Veronica Cray is due to catch a train back to Bristol at six. I want to talk to her before she leaves. A minicab takes us along Fulham Palace Road, through Hammersmith and Shepherd’s Bush. The cab’s suspension has almost collapsed completely on the right side. Maybe there’s a pedestrian lodged under the front axle.

Alongside me, Ruiz is silent. Buses shunt along the inside lane pausing to pick up queues at the bus stops. Other faces peer out from the windows or doze with their heads against the glass.

I keep going over the details of the ferry disaster. Helen and Chloe’s bodies were never recovered, but that doesn’t mean they survived.
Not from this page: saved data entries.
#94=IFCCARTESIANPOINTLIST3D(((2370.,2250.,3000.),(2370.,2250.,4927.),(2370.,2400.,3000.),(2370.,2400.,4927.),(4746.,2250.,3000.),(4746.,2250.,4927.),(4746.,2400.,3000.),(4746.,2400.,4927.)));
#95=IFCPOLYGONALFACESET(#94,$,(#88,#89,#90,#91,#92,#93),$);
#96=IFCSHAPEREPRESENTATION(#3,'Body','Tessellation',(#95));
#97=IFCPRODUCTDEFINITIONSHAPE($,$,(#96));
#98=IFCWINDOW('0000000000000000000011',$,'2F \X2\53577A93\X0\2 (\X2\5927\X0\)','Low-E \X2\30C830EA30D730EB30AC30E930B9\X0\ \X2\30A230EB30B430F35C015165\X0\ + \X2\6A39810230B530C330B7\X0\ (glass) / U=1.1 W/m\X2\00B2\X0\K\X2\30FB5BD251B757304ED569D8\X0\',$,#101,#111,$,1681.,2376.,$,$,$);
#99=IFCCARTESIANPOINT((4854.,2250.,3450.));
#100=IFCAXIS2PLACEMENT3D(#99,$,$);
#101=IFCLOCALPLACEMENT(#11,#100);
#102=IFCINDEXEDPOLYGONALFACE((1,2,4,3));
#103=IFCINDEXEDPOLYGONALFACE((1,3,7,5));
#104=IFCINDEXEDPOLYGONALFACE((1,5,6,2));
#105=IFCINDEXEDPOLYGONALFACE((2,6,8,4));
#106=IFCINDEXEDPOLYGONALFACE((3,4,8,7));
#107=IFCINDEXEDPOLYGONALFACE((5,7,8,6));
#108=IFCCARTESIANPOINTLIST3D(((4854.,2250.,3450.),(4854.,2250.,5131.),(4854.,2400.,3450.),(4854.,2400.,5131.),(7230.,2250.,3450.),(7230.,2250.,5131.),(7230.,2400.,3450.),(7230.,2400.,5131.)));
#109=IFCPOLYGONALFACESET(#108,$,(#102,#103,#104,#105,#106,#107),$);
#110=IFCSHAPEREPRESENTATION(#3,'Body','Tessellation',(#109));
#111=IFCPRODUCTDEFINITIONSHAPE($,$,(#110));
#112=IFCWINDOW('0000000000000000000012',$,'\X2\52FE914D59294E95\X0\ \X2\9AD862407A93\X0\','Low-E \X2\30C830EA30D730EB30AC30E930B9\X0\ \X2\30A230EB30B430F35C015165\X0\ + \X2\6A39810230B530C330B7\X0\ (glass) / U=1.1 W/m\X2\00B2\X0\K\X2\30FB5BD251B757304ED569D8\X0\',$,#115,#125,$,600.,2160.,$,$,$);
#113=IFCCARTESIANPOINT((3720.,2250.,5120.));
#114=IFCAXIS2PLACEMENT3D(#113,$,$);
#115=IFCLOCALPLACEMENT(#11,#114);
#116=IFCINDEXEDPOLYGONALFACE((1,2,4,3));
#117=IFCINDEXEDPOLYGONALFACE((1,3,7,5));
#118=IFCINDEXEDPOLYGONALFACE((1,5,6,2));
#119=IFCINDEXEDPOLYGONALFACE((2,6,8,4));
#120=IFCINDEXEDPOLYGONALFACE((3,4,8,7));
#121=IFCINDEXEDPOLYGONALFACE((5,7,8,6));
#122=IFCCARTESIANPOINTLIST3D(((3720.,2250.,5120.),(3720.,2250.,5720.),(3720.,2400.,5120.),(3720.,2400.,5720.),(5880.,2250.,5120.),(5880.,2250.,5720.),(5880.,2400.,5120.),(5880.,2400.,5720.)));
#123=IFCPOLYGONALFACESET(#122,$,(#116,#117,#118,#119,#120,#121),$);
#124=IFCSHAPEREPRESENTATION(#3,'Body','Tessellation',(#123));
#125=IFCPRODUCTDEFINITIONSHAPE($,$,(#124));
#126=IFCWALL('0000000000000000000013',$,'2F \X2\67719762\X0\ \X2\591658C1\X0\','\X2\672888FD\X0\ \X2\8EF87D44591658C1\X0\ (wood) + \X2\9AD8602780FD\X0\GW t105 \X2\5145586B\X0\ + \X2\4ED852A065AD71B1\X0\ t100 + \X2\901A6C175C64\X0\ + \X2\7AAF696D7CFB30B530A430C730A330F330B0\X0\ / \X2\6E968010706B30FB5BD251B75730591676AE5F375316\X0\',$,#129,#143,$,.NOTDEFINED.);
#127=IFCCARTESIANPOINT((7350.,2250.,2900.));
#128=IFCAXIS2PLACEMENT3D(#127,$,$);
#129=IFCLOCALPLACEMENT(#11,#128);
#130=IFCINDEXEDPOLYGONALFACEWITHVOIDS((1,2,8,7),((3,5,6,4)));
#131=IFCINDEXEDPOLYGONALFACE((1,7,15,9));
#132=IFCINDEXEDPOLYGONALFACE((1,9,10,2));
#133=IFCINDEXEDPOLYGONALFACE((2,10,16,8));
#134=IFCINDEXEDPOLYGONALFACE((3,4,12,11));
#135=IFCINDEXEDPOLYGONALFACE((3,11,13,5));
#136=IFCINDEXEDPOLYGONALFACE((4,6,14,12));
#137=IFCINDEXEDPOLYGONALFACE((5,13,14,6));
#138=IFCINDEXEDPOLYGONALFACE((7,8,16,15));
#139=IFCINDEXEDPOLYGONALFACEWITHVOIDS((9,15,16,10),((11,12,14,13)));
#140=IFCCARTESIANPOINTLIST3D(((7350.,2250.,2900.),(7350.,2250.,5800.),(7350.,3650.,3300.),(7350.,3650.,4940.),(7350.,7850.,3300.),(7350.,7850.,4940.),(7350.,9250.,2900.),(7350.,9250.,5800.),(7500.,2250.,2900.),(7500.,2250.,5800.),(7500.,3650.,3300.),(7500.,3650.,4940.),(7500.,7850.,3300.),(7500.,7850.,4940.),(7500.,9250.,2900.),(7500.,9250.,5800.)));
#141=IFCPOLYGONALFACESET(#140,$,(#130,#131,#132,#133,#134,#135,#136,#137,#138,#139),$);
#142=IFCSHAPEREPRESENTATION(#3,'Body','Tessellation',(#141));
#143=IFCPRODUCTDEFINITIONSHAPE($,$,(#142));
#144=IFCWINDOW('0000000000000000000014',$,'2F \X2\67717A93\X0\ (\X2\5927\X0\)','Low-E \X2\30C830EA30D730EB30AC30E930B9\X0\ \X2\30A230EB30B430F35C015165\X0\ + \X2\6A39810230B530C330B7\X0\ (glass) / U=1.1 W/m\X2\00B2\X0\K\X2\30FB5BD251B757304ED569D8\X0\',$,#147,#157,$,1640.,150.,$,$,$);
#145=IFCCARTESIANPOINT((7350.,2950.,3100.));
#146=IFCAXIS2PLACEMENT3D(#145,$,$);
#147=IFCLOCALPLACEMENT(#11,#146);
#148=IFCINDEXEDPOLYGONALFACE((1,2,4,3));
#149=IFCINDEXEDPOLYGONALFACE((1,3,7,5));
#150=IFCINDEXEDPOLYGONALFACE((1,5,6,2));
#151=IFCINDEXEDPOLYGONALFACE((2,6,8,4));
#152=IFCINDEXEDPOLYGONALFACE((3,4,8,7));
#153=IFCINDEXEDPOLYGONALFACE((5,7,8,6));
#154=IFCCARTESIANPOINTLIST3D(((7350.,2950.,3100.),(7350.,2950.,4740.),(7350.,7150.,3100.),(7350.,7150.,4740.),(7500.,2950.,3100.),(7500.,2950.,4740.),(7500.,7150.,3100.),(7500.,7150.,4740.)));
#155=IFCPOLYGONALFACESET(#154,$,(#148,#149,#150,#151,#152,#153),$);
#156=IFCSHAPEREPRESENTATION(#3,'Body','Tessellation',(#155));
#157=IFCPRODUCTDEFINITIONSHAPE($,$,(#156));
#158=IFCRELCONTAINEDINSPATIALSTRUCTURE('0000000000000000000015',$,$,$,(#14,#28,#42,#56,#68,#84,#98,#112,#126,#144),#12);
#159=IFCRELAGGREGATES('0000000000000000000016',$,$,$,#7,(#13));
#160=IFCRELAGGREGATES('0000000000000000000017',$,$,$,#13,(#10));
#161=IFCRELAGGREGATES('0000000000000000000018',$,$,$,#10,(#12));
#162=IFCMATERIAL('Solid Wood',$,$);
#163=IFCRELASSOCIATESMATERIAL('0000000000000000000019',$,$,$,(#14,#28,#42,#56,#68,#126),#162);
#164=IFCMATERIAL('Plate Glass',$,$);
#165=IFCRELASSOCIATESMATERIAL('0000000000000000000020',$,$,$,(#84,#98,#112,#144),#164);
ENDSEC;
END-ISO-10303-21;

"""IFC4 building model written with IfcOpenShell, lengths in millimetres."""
Gideon has no conclusive proof either way. That’s what he could be searching for- proof of death or proof of life. It’s not the whole answer. His crimes are too sadistic. He’s enjoying this too much to stop.

Veronica Cray is waiting for us at a cafe near platform one. Her overcoat is unbuttoned and drapes to the ground. She and Ruiz acknowledge each other without words. The only two things they have in common are their respective careers and a shared ability to let silence speak volumes.
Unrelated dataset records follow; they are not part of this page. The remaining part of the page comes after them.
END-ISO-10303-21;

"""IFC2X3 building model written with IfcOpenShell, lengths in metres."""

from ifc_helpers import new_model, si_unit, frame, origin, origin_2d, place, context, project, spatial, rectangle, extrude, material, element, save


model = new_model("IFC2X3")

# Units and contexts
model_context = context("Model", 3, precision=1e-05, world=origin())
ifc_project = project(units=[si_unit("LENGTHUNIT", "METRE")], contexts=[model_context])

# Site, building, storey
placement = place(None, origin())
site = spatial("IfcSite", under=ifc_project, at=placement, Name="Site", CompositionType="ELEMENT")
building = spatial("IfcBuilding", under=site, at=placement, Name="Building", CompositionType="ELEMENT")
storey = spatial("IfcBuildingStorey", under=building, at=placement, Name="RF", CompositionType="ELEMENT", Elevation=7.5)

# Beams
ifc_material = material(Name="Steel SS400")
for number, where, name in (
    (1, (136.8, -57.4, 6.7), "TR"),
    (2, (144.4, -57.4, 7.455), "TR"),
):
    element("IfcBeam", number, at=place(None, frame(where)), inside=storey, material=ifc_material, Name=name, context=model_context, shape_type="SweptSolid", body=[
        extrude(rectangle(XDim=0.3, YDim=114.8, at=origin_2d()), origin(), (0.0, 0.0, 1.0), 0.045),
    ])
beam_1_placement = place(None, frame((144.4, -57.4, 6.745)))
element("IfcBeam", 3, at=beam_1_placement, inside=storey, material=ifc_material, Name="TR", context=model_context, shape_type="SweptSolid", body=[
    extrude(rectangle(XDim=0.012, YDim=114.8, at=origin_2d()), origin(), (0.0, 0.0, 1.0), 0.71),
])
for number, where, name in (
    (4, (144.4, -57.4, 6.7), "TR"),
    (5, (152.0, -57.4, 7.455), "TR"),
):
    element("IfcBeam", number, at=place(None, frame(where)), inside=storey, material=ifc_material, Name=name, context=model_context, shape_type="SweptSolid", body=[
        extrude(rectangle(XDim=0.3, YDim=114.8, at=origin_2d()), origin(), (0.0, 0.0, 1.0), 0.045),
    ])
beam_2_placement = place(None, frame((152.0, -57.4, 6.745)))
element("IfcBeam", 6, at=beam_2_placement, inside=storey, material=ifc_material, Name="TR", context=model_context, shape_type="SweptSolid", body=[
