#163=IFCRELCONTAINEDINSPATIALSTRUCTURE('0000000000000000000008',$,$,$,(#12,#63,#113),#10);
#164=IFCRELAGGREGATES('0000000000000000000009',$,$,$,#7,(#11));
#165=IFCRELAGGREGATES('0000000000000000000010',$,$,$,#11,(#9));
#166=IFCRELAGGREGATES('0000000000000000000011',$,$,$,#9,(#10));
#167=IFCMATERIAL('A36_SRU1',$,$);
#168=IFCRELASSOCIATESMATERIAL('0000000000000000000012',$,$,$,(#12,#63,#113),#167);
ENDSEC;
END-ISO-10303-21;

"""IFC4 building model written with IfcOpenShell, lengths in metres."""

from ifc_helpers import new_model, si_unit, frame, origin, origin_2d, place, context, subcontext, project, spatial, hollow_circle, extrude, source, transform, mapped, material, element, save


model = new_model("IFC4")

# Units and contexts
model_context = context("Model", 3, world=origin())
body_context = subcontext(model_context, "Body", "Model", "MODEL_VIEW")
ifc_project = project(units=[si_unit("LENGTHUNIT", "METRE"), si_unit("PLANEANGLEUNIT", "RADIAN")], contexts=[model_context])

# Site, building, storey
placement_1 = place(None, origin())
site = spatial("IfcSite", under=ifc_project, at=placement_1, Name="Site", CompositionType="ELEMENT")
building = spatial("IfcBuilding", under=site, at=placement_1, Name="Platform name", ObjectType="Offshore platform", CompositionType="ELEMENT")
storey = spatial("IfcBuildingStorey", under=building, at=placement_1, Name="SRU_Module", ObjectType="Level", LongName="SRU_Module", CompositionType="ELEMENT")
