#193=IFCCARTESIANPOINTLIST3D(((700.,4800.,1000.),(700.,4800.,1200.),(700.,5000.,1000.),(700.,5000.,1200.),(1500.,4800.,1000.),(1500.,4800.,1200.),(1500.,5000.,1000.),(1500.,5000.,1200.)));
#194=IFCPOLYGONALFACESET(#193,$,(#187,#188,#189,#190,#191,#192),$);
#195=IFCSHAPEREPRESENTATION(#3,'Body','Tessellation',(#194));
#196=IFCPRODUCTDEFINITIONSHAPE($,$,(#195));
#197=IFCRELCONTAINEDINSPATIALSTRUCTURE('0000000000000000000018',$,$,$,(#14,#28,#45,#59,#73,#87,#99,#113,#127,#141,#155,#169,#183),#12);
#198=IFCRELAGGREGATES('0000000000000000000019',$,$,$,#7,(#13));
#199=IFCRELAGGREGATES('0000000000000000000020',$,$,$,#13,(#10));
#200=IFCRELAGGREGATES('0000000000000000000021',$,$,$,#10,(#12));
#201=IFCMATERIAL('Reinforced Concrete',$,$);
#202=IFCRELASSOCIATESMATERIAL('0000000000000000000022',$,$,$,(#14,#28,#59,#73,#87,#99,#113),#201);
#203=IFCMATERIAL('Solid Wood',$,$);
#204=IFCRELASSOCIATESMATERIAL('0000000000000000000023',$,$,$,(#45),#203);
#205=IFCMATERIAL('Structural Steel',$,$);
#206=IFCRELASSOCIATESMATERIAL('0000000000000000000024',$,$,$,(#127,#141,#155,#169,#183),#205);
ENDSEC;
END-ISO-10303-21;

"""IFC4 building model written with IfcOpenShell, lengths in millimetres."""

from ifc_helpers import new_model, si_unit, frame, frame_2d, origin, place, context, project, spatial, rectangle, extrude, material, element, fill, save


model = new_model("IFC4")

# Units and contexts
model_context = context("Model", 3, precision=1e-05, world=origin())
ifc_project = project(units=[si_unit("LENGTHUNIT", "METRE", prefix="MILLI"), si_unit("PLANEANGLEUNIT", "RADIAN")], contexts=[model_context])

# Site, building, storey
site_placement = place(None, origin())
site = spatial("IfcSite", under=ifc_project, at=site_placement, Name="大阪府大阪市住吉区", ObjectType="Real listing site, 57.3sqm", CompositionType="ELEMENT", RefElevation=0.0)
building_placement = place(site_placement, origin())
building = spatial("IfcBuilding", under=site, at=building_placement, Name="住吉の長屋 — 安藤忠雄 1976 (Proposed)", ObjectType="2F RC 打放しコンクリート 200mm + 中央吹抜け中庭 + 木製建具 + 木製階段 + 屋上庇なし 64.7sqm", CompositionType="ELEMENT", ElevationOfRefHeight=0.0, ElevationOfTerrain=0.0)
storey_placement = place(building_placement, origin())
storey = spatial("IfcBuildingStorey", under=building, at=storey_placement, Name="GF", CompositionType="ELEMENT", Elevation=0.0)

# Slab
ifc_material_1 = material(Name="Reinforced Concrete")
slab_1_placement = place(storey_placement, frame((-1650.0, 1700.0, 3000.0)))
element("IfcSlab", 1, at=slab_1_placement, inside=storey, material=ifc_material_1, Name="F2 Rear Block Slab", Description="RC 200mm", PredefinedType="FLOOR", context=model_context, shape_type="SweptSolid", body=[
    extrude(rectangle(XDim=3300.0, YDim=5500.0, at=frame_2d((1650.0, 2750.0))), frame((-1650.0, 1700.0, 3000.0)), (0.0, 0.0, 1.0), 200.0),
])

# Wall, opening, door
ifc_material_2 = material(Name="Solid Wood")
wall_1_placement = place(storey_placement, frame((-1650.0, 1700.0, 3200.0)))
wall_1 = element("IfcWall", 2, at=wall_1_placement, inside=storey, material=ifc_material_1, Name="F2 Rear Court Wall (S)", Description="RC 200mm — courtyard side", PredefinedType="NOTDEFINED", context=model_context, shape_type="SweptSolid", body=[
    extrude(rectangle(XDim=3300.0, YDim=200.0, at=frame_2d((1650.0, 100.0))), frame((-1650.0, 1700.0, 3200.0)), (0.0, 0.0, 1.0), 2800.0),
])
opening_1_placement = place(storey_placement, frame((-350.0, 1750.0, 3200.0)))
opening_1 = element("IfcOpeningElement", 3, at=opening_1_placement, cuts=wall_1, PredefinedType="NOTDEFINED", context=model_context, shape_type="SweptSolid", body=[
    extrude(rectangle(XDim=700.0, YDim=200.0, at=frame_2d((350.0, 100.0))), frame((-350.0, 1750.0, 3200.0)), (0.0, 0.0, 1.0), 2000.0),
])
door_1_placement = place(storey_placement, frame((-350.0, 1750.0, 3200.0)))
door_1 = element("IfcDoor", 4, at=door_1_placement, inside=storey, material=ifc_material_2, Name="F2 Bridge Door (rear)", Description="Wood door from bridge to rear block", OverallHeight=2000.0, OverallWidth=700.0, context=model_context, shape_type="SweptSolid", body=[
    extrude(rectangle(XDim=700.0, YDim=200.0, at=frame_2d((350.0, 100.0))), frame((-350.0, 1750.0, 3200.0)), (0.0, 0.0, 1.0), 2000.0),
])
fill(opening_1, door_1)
Seats are rearranged. Watches checked. Veronica Cray has fifteen minutes.

‘The MOD wants to take over the investigation,’ she announces.

‘What do you mean?’

‘Tyler went AWOL. They claim he’s still one of theirs. They want to make the arrest.’

‘What did you say?’

‘I told them to fuck off. Two women are dead and this is my investigation. And I’m not going to back off on the say-so of some pencil dick in khakis who gets a hard-on every time a tank rolls by.’

The vitriol in her voice is in sharp contrast to the care she takes in sugaring her tea and stirring it slowly. Holding the teacup between her thumb and forefinger, she drinks half the brew, ignoring the heat. Her pale fat throat seems to have a fist inside it, moving up and down.

Setting down the cup, she begins relating what she’s managed to find out about Gideon Tyler. Through a contact in the Royal Ulster Constabulary, she learned that Tyler spent four years in Belfast working for the TCG (Tasking and Co-ordination Group) in Armagh- a military intelligence body that specialised in surveillance and interrogation.

‘No wonder he’s so hard to find,’ says Ruiz. ‘These guys know how to follow someone and not be noticed. They’re experts in second and third party awareness.’

‘And how would you know a detail like that?’ asks DI Cray.